All the same, as a conservative Catholic myself in the San Diego diocese, I am not keen to be in constant battle with this guy. It’s better not to jump to conclusions or despair just yet. It helps to leave the door open to other possibilities and not judge McElroy too harshly before he has had a chance to say or do anything outrageous.
It’s natural to have a sense of dread, but it might not be as bad as expected.
As a person, and a pastor, McElroy’s not horrible. I listened to his Zoom masses during the first COVID lockdowns, when the whole Church and its masses were reduced to Zoom sessions, and far from finding him distant and opaque, found him warm and engaging. He spoke from the heart, he spoke of his everyday experiences, he gave of himself to the parishioners as if he liked them, and honed closely to the Gospel readings as if he were interested in them and thought and read about them a lot, offering unusual and interesting insights, and not once did he touch on battling-bishop politics.

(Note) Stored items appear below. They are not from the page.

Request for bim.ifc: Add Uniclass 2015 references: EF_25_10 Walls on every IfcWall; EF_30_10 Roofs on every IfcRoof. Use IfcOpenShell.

First a look at what the model holds.

```python
import ifcopenshell

model = ifcopenshell.open("bim.ifc")
print(model.schema)
print("classifications:", [c.Name for c in model.by_type("IfcClassification")])
for ifc_class in ("IfcDoor", "IfcRoof", "IfcStair", "IfcWall", "IfcWindow"):
    print(ifc_class, len(model.by_type(ifc_class)))
```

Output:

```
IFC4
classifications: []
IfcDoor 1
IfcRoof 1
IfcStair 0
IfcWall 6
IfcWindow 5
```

```python
import ifcopenshell
import ifcopenshell.api.classification

model = ifcopenshell.open("bim.ifc")

system = ifcopenshell.api.classification.add_classification(model, classification="Uniclass 2015")

codes = {
    "IfcWall": ("EF_25_10", "Walls"),
    "IfcRoof": ("EF_30_10", "Roofs"),
}
for ifc_class, (code, name) in codes.items():
    products = model.by_type(ifc_class)
    ifcopenshell.api.classification.add_reference(
        model, products=products, classification=system, identification=code, name=name
    )
    print(code, len(products))

model.write("bim_updated.ifc")
```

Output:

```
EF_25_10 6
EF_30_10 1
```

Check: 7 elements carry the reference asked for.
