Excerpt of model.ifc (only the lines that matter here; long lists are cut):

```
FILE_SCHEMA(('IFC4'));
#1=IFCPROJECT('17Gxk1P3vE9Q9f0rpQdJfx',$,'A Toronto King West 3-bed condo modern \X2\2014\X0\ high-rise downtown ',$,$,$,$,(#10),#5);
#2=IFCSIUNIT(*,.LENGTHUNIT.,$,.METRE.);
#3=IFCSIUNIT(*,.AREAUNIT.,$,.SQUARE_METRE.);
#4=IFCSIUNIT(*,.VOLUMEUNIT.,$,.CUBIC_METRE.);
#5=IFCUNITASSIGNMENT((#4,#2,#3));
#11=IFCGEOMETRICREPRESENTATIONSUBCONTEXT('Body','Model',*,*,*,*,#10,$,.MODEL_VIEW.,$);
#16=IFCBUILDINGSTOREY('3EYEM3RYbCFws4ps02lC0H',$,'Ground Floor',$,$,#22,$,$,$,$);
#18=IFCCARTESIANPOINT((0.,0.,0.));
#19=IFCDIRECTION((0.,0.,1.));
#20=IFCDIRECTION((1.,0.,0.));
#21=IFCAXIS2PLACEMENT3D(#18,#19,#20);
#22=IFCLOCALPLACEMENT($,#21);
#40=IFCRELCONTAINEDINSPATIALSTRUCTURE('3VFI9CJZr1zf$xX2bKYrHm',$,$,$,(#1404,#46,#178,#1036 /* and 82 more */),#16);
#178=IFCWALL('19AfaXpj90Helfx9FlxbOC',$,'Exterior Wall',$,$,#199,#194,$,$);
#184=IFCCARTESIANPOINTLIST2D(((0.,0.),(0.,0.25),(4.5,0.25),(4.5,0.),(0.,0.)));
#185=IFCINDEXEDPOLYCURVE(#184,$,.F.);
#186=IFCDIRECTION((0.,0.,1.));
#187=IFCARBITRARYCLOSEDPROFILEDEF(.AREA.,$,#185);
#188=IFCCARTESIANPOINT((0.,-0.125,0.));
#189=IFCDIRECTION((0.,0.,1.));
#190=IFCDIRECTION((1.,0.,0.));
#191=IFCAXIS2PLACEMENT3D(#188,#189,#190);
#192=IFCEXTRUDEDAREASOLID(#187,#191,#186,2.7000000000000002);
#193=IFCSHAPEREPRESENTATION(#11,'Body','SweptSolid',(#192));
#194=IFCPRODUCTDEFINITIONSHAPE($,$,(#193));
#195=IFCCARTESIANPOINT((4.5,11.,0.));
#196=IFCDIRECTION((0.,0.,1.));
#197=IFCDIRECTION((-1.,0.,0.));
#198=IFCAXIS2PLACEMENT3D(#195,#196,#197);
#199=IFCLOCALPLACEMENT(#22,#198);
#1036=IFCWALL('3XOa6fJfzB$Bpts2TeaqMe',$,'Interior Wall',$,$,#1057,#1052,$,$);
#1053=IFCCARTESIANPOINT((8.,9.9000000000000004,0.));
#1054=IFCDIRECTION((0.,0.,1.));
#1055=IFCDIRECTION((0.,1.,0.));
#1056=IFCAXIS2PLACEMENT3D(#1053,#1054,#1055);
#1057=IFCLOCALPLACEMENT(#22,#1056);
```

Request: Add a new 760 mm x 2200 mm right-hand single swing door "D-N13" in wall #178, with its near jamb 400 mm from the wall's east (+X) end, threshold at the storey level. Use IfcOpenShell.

```python
import numpy as np
import ifcopenshell
import ifcopenshell.api.feature
import ifcopenshell.api.geometry
import ifcopenshell.api.root
import ifcopenshell.api.spatial
import ifcopenshell.geom
import ifcopenshell.util.element
import ifcopenshell.util.placement
import ifcopenshell.util.representation
import ifcopenshell.util.shape
import ifcopenshell.util.unit

model = ifcopenshell.open("model.ifc")
unit_scale = ifcopenshell.util.unit.calculate_unit_scale(model)
settings = ifcopenshell.geom.settings()


def volume(element):
    """Net volume in cubic metres, openings subtracted."""
    shape = ifcopenshell.geom.create_shape(settings, element)
    return ifcopenshell.util.shape.get_volume(shape.geometry)


wall = model.by_guid("19AfaXpj90Helfx9FlxbOC")
storey = ifcopenshell.util.element.get_container(wall, ifc_class="IfcBuildingStorey")
context = ifcopenshell.util.representation.get_context(model, "Model", "Body", "MODEL_VIEW")
before = volume(wall)

width, height, from_end, sill = 0.76, 2.2, 0.4, 0.0  # metres

# The wall runs along its own X axis, and the end named is its -X end.
wall_shape = ifcopenshell.geom.create_shape(settings, wall)
x, y, z = ifcopenshell.util.shape.get_vertices(wall_shape.geometry).T
start = x.min() + from_end
face, thickness = float(y.min()), float(y.max() - y.min())
wall_matrix = ifcopenshell.util.placement.get_local_placement(wall.ObjectPlacement)
level = ifcopenshell.util.placement.get_local_placement(storey.ObjectPlacement)[2, 3]


def in_wall(x, y):
    """Placement at x, y metres in the wall's axes, at sill height."""
    matrix = wall_matrix.copy()
    matrix[:, 3] = wall_matrix @ np.array([x / unit_scale, y / unit_scale, 0.0, 1.0])
    matrix[2, 3] = level + sill / unit_scale
    return matrix


# Opening: a box that overshoots both wall faces by 50 mm.
opening = ifcopenshell.api.root.create_entity(model, ifc_class="IfcOpeningElement", predefined_type="OPENING")
box = ifcopenshell.api.geometry.add_wall_representation(
    model, context=context, length=width, height=height, thickness=thickness + 0.1
)
ifcopenshell.api.geometry.assign_representation(model, product=opening, representation=box)
ifcopenshell.api.geometry.edit_object_placement(model, product=opening, matrix=in_wall(start, face - 0.05), is_si=False)
ifcopenshell.api.feature.add_feature(model, feature=opening, element=wall)

door = ifcopenshell.api.root.create_entity(model, ifc_class="IfcDoor", name="D-N13", predefined_type="DOOR")
door.OverallWidth, door.OverallHeight = width / unit_scale, height / unit_scale
door.OperationType = "SINGLE_SWING_RIGHT"
body = ifcopenshell.api.geometry.add_door_representation(
    model,
    context=context,
    overall_width=door.OverallWidth,
    overall_height=door.OverallHeight,
    operation_type="SINGLE_SWING_RIGHT",
    lining_properties={"LiningDepth": thickness / unit_scale, "ThresholdDepth": thickness / unit_scale},
)
ifcopenshell.api.geometry.assign_representation(model, product=door, representation=body)
ifcopenshell.api.spatial.assign_container(model, products=[door], relating_structure=storey)
ifcopenshell.api.feature.add_filling(model, opening=opening, element=door)

# The lining spans the wall, so the door starts at the wall face.
ifcopenshell.api.geometry.edit_object_placement(model, product=door, matrix=in_wall(start, face), is_si=False)

after = volume(wall)

print(f"wall volume {before:.3f} -> {after:.3f} m3")

model.write("model_rev.ifc")
```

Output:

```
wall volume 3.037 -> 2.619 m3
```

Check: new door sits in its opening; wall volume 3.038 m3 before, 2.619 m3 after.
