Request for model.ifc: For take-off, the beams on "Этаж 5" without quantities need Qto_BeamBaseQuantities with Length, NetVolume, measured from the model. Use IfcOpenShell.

First a look at what the model holds.

```python
import ifcopenshell
import ifcopenshell.util.element
import ifcopenshell.util.unit

model = ifcopenshell.open("model.ifc")
print(model.schema)
for unit_type in ("LENGTHUNIT", "AREAUNIT", "VOLUMEUNIT"):
    print(unit_type, ifcopenshell.util.unit.calculate_unit_scale(model, unit_type))
storey = next(s for s in model.by_type("IfcBuildingStorey") if s.Name == "Этаж 5")
beams = [e for e in ifcopenshell.util.element.get_decomposition(storey) if e.is_a("IfcBeam")]
for e in sorted(beams, key=lambda e: e.id()):
    print(e.id(), e.is_a(), e.Name, list(ifcopenshell.util.element.get_psets(e, qtos_only=True)), sep=" | ")
```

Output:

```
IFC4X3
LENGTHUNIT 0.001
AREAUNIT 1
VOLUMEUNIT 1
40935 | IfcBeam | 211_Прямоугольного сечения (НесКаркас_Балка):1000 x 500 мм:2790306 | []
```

```python
import ifcopenshell
import ifcopenshell.api.pset
import ifcopenshell.geom
import ifcopenshell.util.element
import ifcopenshell.util.shape
import ifcopenshell.util.unit

model = ifcopenshell.open("model.ifc")
unit_scale = ifcopenshell.util.unit.calculate_unit_scale(model)
volume_scale = ifcopenshell.util.unit.calculate_unit_scale(model, "VOLUMEUNIT")
settings = ifcopenshell.geom.settings()

storey = next(s for s in model.by_type("IfcBuildingStorey") if s.Name == "Этаж 5")
beams = [e for e in ifcopenshell.util.element.get_decomposition(storey) if e.is_a("IfcBeam")]

for e in sorted(beams, key=lambda e: e.id()):
    if ifcopenshell.util.element.get_psets(e, qtos_only=True, should_inherit=False):
        continue
    # Geometry comes back in metres, in the element's own axes.
    shape = ifcopenshell.geom.create_shape(settings, e)
    values = {
        "Length": ifcopenshell.util.shape.get_max_xyz(shape.geometry) / unit_scale,
        "NetVolume": ifcopenshell.util.shape.get_volume(shape.geometry) / volume_scale,
    }
    qto = ifcopenshell.api.pset.add_qto(model, product=e, name="Qto_BeamBaseQuantities")
    ifcopenshell.api.pset.edit_qto(model, qto=qto, properties=values)
    print(e.id(), {k: round(v, 3) for k, v in values.items()})

model.write("model_updated.ifc")
```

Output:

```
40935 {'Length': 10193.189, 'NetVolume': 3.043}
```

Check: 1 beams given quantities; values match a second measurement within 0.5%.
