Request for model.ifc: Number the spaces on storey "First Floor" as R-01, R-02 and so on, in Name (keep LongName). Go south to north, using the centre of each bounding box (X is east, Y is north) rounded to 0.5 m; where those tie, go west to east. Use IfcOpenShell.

First a look at what the model holds.

```python
import ifcopenshell
import ifcopenshell.util.element
import ifcopenshell.util.placement

model = ifcopenshell.open("model.ifc")
print(model.schema)
storey = next(s for s in model.by_type("IfcBuildingStorey") if s.Name == "First Floor")
spaces = [e for e in ifcopenshell.util.element.get_decomposition(storey) if e.is_a("IfcSpace")]
for e in sorted(spaces, key=lambda e: e.id()):
    origin = ifcopenshell.util.placement.get_local_placement(e.ObjectPlacement)[:3, 3]
    print(e.id(), e.Name, e.LongName, origin.round(2) + 0.0, sep=" | ")
```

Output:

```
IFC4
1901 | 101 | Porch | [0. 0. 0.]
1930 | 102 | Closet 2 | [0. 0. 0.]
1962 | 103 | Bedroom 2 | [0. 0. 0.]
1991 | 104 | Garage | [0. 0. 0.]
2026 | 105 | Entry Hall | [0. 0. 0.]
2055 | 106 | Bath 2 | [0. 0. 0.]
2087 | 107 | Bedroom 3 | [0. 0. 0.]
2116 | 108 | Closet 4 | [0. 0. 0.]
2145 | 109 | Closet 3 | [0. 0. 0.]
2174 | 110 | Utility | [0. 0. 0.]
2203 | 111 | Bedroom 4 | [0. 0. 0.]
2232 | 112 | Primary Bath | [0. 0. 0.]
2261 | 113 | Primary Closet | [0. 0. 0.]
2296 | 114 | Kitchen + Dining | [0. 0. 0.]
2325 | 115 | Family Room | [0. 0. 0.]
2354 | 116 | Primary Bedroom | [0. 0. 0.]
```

```python
import ifcopenshell
import ifcopenshell.geom
import ifcopenshell.util.element
import ifcopenshell.util.shape

model = ifcopenshell.open("model.ifc")
settings = ifcopenshell.geom.settings()
settings.set("use-world-coords", True)


def centre(element):
    shape = ifcopenshell.geom.create_shape(settings, element)
    return ifcopenshell.util.shape.get_bbox_centroid(shape.geometry)


storey = next(s for s in model.by_type("IfcBuildingStorey") if s.Name == "First Floor")
spaces = [e for e in ifcopenshell.util.element.get_decomposition(storey) if e.is_a("IfcSpace")]

# Insertion points can sit at a corner or the storey origin, so sort by the geometry (in metres).
centres = {e: centre(e) for e in spaces}
spaces.sort(key=lambda e: (round(centres[e][1] / 0.5), centres[e][0]))

for i, e in enumerate(spaces, start=1):
    number = f"R-{i:02d}"
    e.Name = number
    print(e.id(), number)

model.write("model_rev.ifc")
```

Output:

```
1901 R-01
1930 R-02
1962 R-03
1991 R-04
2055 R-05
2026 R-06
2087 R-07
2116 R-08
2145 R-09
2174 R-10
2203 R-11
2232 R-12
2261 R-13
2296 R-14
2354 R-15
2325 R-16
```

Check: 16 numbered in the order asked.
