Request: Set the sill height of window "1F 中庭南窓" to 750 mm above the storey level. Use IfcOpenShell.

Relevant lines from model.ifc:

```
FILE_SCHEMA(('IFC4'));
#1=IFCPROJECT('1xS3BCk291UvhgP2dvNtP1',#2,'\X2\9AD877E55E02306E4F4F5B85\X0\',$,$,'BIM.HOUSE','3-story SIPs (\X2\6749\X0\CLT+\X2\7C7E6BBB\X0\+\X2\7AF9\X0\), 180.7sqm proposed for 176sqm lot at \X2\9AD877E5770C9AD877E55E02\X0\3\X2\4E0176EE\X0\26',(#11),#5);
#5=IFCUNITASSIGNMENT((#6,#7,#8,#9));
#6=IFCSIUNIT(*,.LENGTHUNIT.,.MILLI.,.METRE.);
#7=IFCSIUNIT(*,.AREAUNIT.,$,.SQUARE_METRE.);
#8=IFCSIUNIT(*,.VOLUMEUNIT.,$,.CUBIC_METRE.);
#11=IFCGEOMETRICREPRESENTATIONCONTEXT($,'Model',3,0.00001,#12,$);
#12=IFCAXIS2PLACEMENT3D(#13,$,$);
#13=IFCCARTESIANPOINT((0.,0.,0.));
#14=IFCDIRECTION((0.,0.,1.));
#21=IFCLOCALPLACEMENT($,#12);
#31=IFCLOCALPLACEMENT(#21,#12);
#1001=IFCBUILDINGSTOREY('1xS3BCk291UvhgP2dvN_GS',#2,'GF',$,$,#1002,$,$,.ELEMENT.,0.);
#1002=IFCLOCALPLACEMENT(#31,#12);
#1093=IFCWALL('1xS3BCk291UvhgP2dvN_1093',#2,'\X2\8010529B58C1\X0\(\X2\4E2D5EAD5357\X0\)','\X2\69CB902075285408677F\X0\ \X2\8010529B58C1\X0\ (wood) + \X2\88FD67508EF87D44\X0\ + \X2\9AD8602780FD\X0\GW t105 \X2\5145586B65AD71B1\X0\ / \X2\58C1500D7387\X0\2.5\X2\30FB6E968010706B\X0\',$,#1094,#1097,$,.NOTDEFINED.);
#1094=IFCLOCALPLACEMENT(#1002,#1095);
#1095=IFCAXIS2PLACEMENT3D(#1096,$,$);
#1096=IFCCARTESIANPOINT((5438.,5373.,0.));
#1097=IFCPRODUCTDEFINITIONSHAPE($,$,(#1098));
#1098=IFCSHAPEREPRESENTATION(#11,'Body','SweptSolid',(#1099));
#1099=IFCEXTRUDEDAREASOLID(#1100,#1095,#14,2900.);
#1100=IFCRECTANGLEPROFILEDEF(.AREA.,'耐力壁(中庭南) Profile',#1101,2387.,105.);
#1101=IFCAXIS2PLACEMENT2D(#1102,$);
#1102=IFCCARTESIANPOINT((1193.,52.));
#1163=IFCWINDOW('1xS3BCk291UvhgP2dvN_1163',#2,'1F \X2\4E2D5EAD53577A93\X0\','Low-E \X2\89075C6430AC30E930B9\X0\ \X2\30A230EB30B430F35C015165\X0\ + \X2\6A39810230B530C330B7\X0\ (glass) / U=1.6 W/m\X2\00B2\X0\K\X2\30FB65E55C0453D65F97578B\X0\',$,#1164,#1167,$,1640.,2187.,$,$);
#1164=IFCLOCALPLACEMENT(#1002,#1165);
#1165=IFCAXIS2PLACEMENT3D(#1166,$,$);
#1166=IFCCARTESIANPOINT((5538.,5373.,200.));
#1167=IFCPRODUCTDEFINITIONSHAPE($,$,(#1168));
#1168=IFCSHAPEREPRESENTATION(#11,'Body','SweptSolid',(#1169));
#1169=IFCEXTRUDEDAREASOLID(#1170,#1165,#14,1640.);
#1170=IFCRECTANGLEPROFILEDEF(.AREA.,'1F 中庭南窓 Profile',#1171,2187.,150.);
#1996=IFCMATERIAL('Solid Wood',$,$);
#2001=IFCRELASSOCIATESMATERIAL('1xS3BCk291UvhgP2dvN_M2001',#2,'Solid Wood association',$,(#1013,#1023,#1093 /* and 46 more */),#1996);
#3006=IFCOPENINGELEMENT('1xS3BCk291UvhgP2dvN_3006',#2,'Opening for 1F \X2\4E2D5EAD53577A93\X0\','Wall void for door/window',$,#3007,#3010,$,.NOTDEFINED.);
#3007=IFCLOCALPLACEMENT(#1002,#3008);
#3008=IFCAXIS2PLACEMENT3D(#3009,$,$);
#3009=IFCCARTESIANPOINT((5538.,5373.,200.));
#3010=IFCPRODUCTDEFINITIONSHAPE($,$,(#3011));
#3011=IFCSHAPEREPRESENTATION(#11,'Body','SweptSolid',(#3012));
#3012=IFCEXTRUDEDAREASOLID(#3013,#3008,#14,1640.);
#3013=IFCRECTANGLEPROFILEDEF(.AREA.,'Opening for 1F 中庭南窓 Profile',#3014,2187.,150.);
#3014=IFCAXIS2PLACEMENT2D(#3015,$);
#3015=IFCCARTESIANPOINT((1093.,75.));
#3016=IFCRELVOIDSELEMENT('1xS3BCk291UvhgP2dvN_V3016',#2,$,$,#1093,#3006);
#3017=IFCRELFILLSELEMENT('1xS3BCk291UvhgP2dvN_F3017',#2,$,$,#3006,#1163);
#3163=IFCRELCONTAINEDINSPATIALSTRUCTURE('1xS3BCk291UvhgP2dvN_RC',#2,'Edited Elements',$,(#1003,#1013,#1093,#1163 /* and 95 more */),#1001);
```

```python
import numpy as np
import ifcopenshell
import ifcopenshell.api.geometry
import ifcopenshell.geom
import ifcopenshell.util.element
import ifcopenshell.util.placement
import ifcopenshell.util.shape
import ifcopenshell.util.unit

model = ifcopenshell.open("model.ifc")
unit_scale = ifcopenshell.util.unit.calculate_unit_scale(model)

window = model.by_id(1163)
opening = window.FillsVoids[0].RelatingOpeningElement
storey = ifcopenshell.util.element.get_container(window, ifc_class="IfcBuildingStorey")
level = ifcopenshell.util.placement.get_local_placement(storey.ObjectPlacement)[2, 3]

# The opening's origin need not be at the sill, so measure its lowest point.
shape = ifcopenshell.geom.create_shape(ifcopenshell.geom.settings(), opening)
bottom = ifcopenshell.util.shape.get_shape_bottom_elevation(shape, shape.geometry) / unit_scale
dz = level + 0.75 / unit_scale - bottom

shift = np.array([0.0, 0.0, dz])
# The window is not placed relative to its opening, so move both.
for product in (opening, window):
    matrix = ifcopenshell.util.placement.get_local_placement(product.ObjectPlacement)
    matrix[:3, 3] += shift
    ifcopenshell.api.geometry.edit_object_placement(model, product=product, matrix=matrix, is_si=False)

print(f"moved by {dz * unit_scale:+.3f} m")

model.write("model_updated.ifc")
```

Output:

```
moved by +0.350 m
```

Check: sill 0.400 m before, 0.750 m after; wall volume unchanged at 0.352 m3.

He seemed uniquely talented, and better still he made it a habit of visiting the many parishes in the diocese, including my own, where he was just as warm and engaging. He does have a talent for communicating and inspiring, which might be what the pope was thinking of as he seeks to advance his big-tent agenda. Like Volodymyr Zelensky, he has communication skills that add up to more than his numbers would suggest.
If he sticks to that, and avoids electric third-rail politics until he can understand why they are electric third rails, he could be a fine cardinal who may even be able to draw the Church together.
And we know he’s heard this from us — I was a participant in the diocesian Synod in San Diego last March, where parishioners gather in small groups in their churches and deliver their candid thoughts about what is going on in the Church. The general sentiment I heard is that they want McElroy to keep out of politics and stick to Church doctrine, especially on abortion, and on conscience exceptions to COVID vaccines.
He probably won’t entirely, but if he keeps the politics at a minimum on an everyday level, he won’t be a source of conflict, even if he has one vote for some even crazier wokester lefty to elevate to the Chair of St. Peter.
On the other hand, if he throws his weight around and pushes junk science, family disintegration, cafeteria Catholicism, anti-Americanism, statism-uber-alles, and the rest of the wokester agenda onto us as the activists’ and maybe Nancy Pelosi’s obedient puppet, he will be one of the most divisive cardinals out there. The conservatives will ignore him and listen only to recognizable and credible archbishops such as Cordileone, fragmenting the Church into camps of sorts, which can only open the door to schisms and power struggles.
Conservative Catholics can pray for him the same way they pray for a conversion of heart of Vladimir Putin, which ought to be a message of sorts to him. If things get really bad, they can withold money from church collections, given that the main reason American Catholics are overrepresented in the Vatican hierarchy seems to be that they donate the most money. The rest of us can cross our fingers, because it seems unmistakeable that Pope Francis views conservative Catholics as his biggest problem.